ABOUT THIS TASK
Starting with the line that contains "#13=IFCINDEXEDPOLYGONALFACE((1,5,6,2));" and stopping after the line that contains "#40=IFCINDEXEDPOLYGONALFACE((5,7,8,6));", return each line below exactly as written, with no others.

[Dataset entries]
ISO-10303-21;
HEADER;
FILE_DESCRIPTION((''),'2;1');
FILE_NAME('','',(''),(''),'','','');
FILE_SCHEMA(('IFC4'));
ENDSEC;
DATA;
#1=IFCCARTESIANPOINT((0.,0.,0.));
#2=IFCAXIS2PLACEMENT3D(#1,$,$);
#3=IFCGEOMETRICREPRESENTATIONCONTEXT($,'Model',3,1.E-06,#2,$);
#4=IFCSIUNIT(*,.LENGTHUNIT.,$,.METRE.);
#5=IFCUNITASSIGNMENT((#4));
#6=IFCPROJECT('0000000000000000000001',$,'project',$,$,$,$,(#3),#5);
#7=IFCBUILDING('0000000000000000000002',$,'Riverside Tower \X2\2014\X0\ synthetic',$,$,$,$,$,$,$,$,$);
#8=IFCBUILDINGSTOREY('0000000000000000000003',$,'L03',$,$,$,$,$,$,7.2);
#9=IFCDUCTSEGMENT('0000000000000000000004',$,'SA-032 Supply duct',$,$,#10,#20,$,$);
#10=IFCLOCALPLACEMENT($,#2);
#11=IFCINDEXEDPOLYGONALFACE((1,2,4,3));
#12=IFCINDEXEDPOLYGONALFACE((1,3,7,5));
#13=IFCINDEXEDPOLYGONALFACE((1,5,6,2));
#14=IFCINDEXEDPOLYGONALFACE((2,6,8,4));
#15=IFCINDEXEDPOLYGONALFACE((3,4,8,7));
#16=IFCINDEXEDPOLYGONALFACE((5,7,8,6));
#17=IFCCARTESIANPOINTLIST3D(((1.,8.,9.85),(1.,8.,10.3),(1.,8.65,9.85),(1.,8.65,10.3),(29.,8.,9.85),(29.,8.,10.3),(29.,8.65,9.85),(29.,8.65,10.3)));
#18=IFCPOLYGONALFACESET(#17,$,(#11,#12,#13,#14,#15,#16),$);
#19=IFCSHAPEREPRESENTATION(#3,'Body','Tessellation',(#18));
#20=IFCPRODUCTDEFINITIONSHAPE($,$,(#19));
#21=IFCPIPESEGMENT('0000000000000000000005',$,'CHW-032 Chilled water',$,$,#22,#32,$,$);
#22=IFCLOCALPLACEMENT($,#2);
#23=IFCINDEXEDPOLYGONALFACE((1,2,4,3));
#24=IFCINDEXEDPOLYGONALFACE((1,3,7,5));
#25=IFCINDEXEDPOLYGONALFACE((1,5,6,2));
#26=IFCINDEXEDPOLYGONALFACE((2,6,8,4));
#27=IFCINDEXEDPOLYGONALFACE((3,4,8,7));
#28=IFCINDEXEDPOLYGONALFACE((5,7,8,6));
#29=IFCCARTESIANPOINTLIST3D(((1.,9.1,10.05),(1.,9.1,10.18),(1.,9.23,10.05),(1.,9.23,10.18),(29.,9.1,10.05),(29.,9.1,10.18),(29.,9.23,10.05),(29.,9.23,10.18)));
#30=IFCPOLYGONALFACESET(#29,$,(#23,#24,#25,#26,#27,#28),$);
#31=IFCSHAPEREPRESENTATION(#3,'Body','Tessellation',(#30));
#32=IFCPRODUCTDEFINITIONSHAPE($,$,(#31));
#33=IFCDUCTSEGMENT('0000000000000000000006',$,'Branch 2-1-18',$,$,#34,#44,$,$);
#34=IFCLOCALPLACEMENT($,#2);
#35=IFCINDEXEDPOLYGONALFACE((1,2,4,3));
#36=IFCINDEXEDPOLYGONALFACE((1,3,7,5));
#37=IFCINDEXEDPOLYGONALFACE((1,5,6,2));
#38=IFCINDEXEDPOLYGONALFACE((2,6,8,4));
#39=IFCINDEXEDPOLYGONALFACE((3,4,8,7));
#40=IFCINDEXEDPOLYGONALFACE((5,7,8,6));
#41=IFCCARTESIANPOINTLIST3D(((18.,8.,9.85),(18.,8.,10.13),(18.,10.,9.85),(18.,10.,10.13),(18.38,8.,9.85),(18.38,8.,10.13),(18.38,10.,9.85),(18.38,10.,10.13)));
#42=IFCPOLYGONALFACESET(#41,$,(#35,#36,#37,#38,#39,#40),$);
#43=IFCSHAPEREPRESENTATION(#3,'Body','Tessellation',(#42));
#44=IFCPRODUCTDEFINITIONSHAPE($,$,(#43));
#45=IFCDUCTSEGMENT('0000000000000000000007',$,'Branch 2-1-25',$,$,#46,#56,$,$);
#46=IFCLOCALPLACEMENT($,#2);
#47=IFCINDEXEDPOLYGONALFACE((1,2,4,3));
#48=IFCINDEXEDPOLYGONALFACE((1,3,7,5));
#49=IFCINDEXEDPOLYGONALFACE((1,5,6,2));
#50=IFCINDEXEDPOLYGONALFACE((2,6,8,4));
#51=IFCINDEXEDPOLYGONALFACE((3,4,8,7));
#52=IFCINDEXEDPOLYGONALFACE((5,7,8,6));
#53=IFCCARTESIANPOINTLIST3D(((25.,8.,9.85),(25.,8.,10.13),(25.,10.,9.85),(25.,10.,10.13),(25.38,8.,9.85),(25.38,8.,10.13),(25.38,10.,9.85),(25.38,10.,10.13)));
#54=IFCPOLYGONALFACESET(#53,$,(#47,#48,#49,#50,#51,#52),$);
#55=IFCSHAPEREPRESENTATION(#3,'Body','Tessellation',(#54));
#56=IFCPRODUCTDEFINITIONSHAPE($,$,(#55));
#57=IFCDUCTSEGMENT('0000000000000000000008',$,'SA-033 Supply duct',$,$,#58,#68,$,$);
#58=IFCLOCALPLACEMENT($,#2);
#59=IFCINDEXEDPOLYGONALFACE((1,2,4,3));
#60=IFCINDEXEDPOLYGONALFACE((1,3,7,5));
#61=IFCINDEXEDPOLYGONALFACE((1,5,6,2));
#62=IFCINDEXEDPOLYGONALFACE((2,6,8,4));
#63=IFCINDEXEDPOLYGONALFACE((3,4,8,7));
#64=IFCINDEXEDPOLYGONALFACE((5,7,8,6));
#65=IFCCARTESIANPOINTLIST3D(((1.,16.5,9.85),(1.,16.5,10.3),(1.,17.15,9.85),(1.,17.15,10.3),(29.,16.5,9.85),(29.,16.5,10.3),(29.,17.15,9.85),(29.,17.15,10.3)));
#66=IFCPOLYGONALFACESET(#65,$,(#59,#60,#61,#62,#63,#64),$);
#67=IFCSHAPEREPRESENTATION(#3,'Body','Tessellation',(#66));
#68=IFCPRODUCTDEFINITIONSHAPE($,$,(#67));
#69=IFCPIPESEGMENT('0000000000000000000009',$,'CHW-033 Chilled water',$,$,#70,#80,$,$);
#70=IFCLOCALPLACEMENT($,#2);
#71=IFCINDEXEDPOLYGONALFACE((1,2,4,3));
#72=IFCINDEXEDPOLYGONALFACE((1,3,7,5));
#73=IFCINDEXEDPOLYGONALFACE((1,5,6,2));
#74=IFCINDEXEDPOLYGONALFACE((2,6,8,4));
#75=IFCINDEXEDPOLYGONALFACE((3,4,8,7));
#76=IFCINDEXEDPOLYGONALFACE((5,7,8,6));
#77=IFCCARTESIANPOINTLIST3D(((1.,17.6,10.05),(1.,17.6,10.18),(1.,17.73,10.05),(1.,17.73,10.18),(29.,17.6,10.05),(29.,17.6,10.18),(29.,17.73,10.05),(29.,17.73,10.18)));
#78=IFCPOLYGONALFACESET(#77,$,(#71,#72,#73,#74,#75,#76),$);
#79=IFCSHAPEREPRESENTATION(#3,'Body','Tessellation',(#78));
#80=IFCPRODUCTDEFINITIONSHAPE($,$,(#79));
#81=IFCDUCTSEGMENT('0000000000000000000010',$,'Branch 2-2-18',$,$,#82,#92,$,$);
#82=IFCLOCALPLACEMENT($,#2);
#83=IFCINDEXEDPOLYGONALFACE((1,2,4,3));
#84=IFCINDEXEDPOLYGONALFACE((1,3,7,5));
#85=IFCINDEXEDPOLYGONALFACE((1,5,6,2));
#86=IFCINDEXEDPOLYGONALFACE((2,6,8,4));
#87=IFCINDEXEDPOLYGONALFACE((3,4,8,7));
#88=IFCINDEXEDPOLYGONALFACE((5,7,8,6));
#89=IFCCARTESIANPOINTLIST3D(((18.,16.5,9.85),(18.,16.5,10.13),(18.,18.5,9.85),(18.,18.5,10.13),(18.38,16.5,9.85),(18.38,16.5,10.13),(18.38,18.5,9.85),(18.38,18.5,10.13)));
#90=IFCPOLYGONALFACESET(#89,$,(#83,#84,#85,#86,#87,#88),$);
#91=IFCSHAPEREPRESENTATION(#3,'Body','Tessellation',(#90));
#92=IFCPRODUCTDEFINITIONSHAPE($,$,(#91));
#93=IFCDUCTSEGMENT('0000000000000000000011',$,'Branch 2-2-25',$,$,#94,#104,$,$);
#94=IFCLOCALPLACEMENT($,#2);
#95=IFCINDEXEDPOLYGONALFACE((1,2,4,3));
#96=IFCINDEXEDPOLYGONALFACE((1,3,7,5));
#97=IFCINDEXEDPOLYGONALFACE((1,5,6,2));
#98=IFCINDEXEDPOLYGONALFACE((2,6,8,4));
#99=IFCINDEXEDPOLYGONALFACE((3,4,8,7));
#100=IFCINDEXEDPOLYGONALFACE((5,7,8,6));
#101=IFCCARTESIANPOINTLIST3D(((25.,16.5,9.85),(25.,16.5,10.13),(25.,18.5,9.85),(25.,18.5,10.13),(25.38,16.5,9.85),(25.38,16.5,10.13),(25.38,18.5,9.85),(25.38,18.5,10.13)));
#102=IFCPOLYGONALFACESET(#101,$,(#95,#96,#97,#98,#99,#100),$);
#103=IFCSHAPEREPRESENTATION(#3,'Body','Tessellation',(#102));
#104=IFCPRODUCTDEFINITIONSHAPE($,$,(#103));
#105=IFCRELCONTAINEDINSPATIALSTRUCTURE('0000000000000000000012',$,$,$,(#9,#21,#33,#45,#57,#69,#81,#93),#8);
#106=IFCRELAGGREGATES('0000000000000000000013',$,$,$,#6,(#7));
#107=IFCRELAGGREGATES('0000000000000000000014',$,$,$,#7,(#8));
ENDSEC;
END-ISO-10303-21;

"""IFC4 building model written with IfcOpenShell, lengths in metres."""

from ifc_helpers import new_model, si_unit, frame, origin, place, context, project, spatial, rectangle, extrude, element, save


model = new_model("IFC4")

# Units and contexts
model_context = context("Model", 3, precision=1e-06, world=origin())
ifc_project = project(units=[si_unit("LENGTHUNIT", "METRE")], contexts=[model_context])

# Building, storey
building = spatial("IfcBuilding", under=ifc_project, Name="Riverside Tower — synthetic")
storey = spatial("IfcBuildingStorey", under=building, Name="L03", Elevation=7.2)

# Duct segment
duct_segment_1_placement = place(None, frame((15.0, 8.325, 9.85)))
element("IfcDuctSegment", 1, at=duct_segment_1_placement, inside=storey, Name="SA-032 Supply duct", context=model_context, shape_type="SweptSolid", body=[
    extrude(rectangle(XDim=28.0, YDim=0.65), origin(), (0.0, 0.0, 1.0), 0.45),
])

# Pipe segment
pipe_segment_1_placement = place(None, frame((15.0, 9.165, 10.05)))
element("IfcPipeSegment", 2, at=pipe_segment_1_placement, inside=storey, Name="CHW-032 Chilled water", context=model_context, shape_type="SweptSolid", body=[
    extrude(rectangle(XDim=28.0, YDim=0.13), origin(), (0.0, 0.0, 1.0), 0.13),
])

# Duct segments
for number, where, name in (
    (3, (18.19, 9.0, 9.85), "Branch 2-1-18"),
    (4, (25.19, 9.0, 9.85), "Branch 2-1-25"),
):
    element("IfcDuctSegment", number, at=place(None, frame(where)), inside=storey, Name=name, context=model_context, shape_type="SweptSolid", body=[
        extrude(rectangle(XDim=0.38, YDim=2.0), origin(), (0.0, 0.0, 1.0), 0.28),
    ])
duct_segment_2_placement = place(None, frame((15.0, 16.825, 9.85)))
element("IfcDuctSegment", 5, at=duct_segment_2_placement, inside=storey, Name="SA-033 Supply duct", context=model_context, shape_type="SweptSolid", body=[
    extrude(rectangle(XDim=28.0, YDim=0.65), origin(), (0.0, 0.0, 1.0), 0.45),
])

# Pipe segment
pipe_segment_2_placement = place(None, frame((15.0, 17.665, 10.05)))
element("IfcPipeSegment", 6, at=pipe_segment_2_placement, inside=storey, Name="CHW-033 Chilled water", context=model_context, shape_type="SweptSolid", body=[
    extrude(rectangle(XDim=28.0, YDim=0.13), origin(), (0.0, 0.0, 1.0), 0.13),
])

# Duct segments
for number, where, name in (
    (7, (18.19, 17.5, 9.85), "Branch 2-2-18"),
    (8, (25.19, 17.5, 9.85), "Branch 2-2-25"),
):
    element("IfcDuctSegment", number, at=place(None, frame(where)), inside=storey, Name=name, context=model_context, shape_type="SweptSolid", body=[
        extrude(rectangle(XDim=0.38, YDim=2.0), origin(), (0.0, 0.0, 1.0), 0.28),
    ])

save(model, "model.ifc")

RESPONSE AREA
#13=IFCINDEXEDPOLYGONALFACE((1,5,6,2));
#14=IFCINDEXEDPOLYGONALFACE((2,6,8,4));
#15=IFCINDEXEDPOLYGONALFACE((3,4,8,7));
#16=IFCINDEXEDPOLYGONALFACE((5,7,8,6));
#17=IFCCARTESIANPOINTLIST3D(((1.,8.,9.85),(1.,8.,10.3),(1.,8.65,9.85),(1.,8.65,10.3),(29.,8.,9.85),(29.,8.,10.3),(29.,8.65,9.85),(29.,8.65,10.3)));
#18=IFCPOLYGONALFACESET(#17,$,(#11,#12,#13,#14,#15,#16),$);
#19=IFCSHAPEREPRESENTATION(#3,'Body','Tessellation',(#18));
#20=IFCPRODUCTDEFINITIONSHAPE($,$,(#19));
#21=IFCPIPESEGMENT('0000000000000000000005',$,'CHW-032 Chilled water',$,$,#22,#32,$,$);
#22=IFCLOCALPLACEMENT($,#2);
#23=IFCINDEXEDPOLYGONALFACE((1,2,4,3));
#24=IFCINDEXEDPOLYGONALFACE((1,3,7,5));
#25=IFCINDEXEDPOLYGONALFACE((1,5,6,2));
#26=IFCINDEXEDPOLYGONALFACE((2,6,8,4));
#27=IFCINDEXEDPOLYGONALFACE((3,4,8,7));
#28=IFCINDEXEDPOLYGONALFACE((5,7,8,6));
#29=IFCCARTESIANPOINTLIST3D(((1.,9.1,10.05),(1.,9.1,10.18),(1.,9.23,10.05),(1.,9.23,10.18),(29.,9.1,10.05),(29.,9.1,10.18),(29.,9.23,10.05),(29.,9.23,10.18)));
#30=IFCPOLYGONALFACESET(#29,$,(#23,#24,#25,#26,#27,#28),$);
#31=IFCSHAPEREPRESENTATION(#3,'Body','Tessellation',(#30));
#32=IFCPRODUCTDEFINITIONSHAPE($,$,(#31));
#33=IFCDUCTSEGMENT('0000000000000000000006',$,'Branch 2-1-18',$,$,#34,#44,$,$);
#34=IFCLOCALPLACEMENT($,#2);
#35=IFCINDEXEDPOLYGONALFACE((1,2,4,3));
#36=IFCINDEXEDPOLYGONALFACE((1,3,7,5));
#37=IFCINDEXEDPOLYGONALFACE((1,5,6,2));
#38=IFCINDEXEDPOLYGONALFACE((2,6,8,4));
#39=IFCINDEXEDPOLYGONALFACE((3,4,8,7));
#40=IFCINDEXEDPOLYGONALFACE((5,7,8,6));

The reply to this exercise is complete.